When working locally, I used Docker to create a DynamoDB image. As the AWS SAM
software (used for running the Lambda and API Gateway locally) also uses a
Docker container (that you can't inspect or modify) it was necessary to specify
a bridging network in the `docker-compose.yml` so that each container could
communicate:

```yml
services:
  dev:
    image: amazon/dynamodb-local
    container_name: timetracking_dynamodb_dev
    ports:
      - "8000:8000"
    volumes:
      - "/home/thomas/repos/lambdas/node-js/time-tracking/data/dev:/home/dynamodblocal/data/dev"
    command:
      "-jar DynamoDBLocal.jar -dbPath /home/dynamodblocal/data/dev --sharedDb"
    networks:
      - sam-local

networks:
  sam-local:
    driver: bridge
```

With the server running I could then view the database using Amazon's _NoSQL
Workbench_ client:

![NoSQL workbench](./img/no-sql-workbench.png)
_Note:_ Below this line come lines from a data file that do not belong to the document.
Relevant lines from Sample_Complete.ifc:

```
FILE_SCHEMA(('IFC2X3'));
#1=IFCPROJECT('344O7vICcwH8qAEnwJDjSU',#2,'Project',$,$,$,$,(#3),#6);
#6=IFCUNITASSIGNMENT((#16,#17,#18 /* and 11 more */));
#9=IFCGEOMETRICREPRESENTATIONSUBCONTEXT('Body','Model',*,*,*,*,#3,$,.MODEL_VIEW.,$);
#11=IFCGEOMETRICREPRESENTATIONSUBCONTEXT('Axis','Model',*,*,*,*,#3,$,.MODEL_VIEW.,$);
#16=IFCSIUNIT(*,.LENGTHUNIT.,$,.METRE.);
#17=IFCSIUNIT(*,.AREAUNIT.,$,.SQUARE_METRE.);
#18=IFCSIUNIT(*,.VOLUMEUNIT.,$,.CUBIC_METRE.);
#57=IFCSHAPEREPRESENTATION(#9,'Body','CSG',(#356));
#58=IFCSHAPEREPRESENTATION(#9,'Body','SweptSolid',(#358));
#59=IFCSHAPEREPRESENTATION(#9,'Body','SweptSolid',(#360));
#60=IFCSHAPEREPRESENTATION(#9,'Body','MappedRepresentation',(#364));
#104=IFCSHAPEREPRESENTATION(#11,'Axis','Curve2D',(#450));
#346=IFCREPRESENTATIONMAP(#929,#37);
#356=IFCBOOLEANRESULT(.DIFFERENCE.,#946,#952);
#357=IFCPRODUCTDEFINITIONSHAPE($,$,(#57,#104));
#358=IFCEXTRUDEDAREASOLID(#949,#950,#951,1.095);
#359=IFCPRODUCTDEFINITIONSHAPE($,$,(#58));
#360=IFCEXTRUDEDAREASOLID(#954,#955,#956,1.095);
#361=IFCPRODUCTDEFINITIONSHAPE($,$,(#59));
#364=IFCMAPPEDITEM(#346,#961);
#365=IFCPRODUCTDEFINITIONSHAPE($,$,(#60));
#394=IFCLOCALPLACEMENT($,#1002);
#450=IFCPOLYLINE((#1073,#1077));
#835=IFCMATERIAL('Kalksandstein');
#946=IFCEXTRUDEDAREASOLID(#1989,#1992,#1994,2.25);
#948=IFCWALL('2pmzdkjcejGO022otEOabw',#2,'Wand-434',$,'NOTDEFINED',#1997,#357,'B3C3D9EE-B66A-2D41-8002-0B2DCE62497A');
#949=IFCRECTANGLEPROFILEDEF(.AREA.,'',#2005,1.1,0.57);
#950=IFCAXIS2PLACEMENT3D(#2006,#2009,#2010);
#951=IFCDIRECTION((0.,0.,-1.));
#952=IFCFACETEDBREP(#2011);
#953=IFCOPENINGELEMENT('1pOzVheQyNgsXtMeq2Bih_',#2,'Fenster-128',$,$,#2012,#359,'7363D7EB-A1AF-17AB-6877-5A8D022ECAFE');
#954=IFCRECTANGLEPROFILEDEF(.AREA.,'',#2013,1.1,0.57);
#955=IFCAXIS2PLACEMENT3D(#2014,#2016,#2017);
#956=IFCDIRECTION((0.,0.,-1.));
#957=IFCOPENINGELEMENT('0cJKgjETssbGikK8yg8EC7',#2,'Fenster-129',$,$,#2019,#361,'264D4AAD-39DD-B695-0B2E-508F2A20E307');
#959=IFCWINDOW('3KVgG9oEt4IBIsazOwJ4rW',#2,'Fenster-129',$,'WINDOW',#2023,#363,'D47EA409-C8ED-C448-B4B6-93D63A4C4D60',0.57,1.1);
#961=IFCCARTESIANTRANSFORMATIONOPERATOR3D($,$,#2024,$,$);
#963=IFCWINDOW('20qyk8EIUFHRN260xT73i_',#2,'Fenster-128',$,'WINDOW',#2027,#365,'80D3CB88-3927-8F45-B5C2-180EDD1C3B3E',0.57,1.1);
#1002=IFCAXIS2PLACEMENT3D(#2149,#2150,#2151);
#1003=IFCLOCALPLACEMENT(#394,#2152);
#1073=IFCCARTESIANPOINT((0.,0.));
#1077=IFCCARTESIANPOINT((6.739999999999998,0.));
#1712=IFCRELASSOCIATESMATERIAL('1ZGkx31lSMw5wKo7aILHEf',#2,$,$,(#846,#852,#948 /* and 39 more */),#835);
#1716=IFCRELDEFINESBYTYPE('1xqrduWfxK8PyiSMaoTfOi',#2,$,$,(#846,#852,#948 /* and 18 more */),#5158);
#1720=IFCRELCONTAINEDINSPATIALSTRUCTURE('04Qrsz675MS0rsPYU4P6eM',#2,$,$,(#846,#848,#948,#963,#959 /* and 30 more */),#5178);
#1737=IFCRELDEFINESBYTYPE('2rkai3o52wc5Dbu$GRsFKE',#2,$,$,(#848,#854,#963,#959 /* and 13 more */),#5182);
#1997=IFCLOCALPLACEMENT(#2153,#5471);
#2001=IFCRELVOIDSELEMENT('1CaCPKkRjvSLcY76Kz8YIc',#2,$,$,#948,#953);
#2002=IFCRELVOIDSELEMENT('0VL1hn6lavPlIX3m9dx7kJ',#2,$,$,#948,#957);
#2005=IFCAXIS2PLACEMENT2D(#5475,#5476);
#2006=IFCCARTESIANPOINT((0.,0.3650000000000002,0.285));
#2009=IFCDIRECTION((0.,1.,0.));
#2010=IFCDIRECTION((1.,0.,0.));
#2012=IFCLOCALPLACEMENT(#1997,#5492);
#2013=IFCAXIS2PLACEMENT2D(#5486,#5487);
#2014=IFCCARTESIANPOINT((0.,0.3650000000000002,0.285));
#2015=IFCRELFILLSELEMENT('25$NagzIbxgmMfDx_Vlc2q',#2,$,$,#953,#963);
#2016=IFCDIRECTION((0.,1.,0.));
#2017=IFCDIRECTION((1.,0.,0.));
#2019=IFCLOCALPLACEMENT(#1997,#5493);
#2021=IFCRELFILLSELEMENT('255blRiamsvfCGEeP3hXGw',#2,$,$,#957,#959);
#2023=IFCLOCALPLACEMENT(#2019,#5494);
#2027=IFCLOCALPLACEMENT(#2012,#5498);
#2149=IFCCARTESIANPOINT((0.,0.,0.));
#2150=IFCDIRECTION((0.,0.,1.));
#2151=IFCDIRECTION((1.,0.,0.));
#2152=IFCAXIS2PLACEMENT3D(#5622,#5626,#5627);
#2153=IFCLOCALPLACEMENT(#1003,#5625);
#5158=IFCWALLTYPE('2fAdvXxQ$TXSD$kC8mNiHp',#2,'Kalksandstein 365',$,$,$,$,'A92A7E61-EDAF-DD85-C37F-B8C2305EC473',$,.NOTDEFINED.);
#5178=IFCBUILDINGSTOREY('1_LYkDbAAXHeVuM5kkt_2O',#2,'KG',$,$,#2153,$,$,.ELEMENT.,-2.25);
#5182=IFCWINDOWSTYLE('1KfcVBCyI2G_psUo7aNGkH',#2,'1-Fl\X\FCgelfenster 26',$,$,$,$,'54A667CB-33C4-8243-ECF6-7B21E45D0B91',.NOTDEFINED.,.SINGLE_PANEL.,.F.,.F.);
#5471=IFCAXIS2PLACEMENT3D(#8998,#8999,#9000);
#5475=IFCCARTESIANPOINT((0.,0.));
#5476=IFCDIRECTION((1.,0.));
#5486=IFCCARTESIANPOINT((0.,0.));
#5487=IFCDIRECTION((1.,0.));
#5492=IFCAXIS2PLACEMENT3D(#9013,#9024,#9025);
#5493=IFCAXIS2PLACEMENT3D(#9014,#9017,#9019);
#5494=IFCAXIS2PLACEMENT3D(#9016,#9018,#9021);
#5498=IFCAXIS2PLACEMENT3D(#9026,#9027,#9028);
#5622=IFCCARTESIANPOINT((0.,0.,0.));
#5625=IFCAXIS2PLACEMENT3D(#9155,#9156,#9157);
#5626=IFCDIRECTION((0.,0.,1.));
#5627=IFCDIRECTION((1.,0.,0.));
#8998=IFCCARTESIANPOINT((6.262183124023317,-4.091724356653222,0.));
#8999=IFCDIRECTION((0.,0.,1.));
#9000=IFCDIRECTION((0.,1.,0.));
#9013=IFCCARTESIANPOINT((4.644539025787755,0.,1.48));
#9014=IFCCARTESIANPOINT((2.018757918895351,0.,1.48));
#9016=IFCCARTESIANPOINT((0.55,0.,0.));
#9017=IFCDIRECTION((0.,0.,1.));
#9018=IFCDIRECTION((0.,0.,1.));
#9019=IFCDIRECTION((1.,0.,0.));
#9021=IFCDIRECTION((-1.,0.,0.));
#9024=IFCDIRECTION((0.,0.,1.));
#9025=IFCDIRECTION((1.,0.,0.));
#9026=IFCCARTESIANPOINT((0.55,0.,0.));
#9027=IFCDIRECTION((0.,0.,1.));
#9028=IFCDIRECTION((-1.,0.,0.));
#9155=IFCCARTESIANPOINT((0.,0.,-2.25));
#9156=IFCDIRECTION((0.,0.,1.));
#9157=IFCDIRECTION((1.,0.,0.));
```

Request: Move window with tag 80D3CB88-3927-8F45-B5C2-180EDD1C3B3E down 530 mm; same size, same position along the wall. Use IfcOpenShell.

```python
import numpy as np
import ifcopenshell
import ifcopenshell.api.geometry
import ifcopenshell.util.placement
import ifcopenshell.util.unit

model = ifcopenshell.open("Sample_Complete.ifc")
unit_scale = ifcopenshell.util.unit.calculate_unit_scale(model)

window = model.by_guid("20qyk8EIUFHRN260xT73i_")
opening = window.FillsVoids[0].RelatingOpeningElement
dz = -0.53

shift = np.array([0.0, 0.0, dz])
# The window is placed relative to its opening, so it follows when the opening moves.
matrix = ifcopenshell.util.placement.get_local_placement(opening.ObjectPlacement)
matrix[:3, 3] += shift
ifcopenshell.api.geometry.edit_object_placement(
    model, product=opening, matrix=matrix, is_si=False, should_transform_children=True
)

print(f"moved by {dz * unit_scale:+.3f} m")

model.write("Sample_Complete-out.ifc")
```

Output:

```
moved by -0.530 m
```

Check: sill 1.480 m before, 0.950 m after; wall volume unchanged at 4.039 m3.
Creating the Lambda with TypeScript was simple enough using the AWS SDK. Here is
the function that I use to return the entries for the month and specific dates:

```ts
import { DynamoDBClient } from "@aws-sdk/client-dynamodb"
import { DynamoDBDocumentClient, QueryCommand } from "@aws-sdk/lib-dynamodb"
import { generateDates, TPeriod } from "./generateDates"

interface ITimeEntry {
  activity_start_end: string
  year: string
  start: string
  end: string
  activity_type: string
  duration: number
  description: string
}

const getTimeEntries = async (
  client: DynamoDBClient,
  timePeriod: TPeriod
): Promise<ITimeEntry[]> => {
  const documentClient = DynamoDBDocumentClient.from(client)
  const dateParams = generateDates()[timePeriod]

  const params = {
    TableName: "TimeEntries",
    IndexName: "YearIndex",
    KeyConditionExpression:
      "#yr = :year AND #start BETWEEN :start_date AND :end_date",
    ExpressionAttributeNames: {
      "#yr": "year",
      "#start": "start",
    },
    ExpressionAttributeValues: {
      ":year": dateParams.year,
      ":start_date": dateParams.start,
      ":end_date": dateParams.end,
    },
  }

  const command = new QueryCommand(params)
  const response = await documentClient.send(command)
  return (response?.Items as ITimeEntry[]) || []
}

export { getTimeEntries, ITimeEntry }
```

(The `DynamoDBDocumentClient` proved essential. It ensures that each row comes
back as an array of objects matching the shape of `ITimeEntry`. Without this,
the data returns in a nested format specific to DynamoDB that is cumbersome to
work with.)

Outside of the Lambda and setting up the database, it was necessary to write
some scripts to glue the different parts together:

- a Python
  [script](https://github.com/thomasabishop/lambdas/blob/main/node-js/time-tracking/scripts/export_timewarrior_entries.py)
  that exports the entries from TimeWarrior, parsing them into the format the
  database expects
- a Python
  [script](https://github.com/thomasabishop/lambdas/blob/main/node-js/time-tracking/scripts/upload_daily_entries.py)
  (running on a cron timer) that runs the preceding export script every hour and
  uploads to the remote DB using the Lambda's POST endpoint, sending a
  notification to my
  [Slack channel](https://systemsobscure.blog/slack-notification-center/)
- a Bash
  [ script](https://github.com/thomasabishop/lambdas/blob/main/node-js/time-tracking/scripts/migrate.sh)
  to migrate the contents of the production database to my local Docker instance
  (useful when working on the frontend locally)
- a Bash
  [script](https://github.com/thomasabishop/lambdas/blob/main/node-js/time-tracking/scripts/seed.sh)
  to seed the production and local databases from a CSV

That's basically it. The biggest pain point was getting my DynamoDB Docker
instance to communicate with the default SAM instance. That, and converting my
SQL version into DynamoDB. I wouldn't say I find DynamoDB particularly
straightforward or fun to use but I'll put up with it because it costs like
£00.02 per month compared to the £54.00 they were asking for MySQL.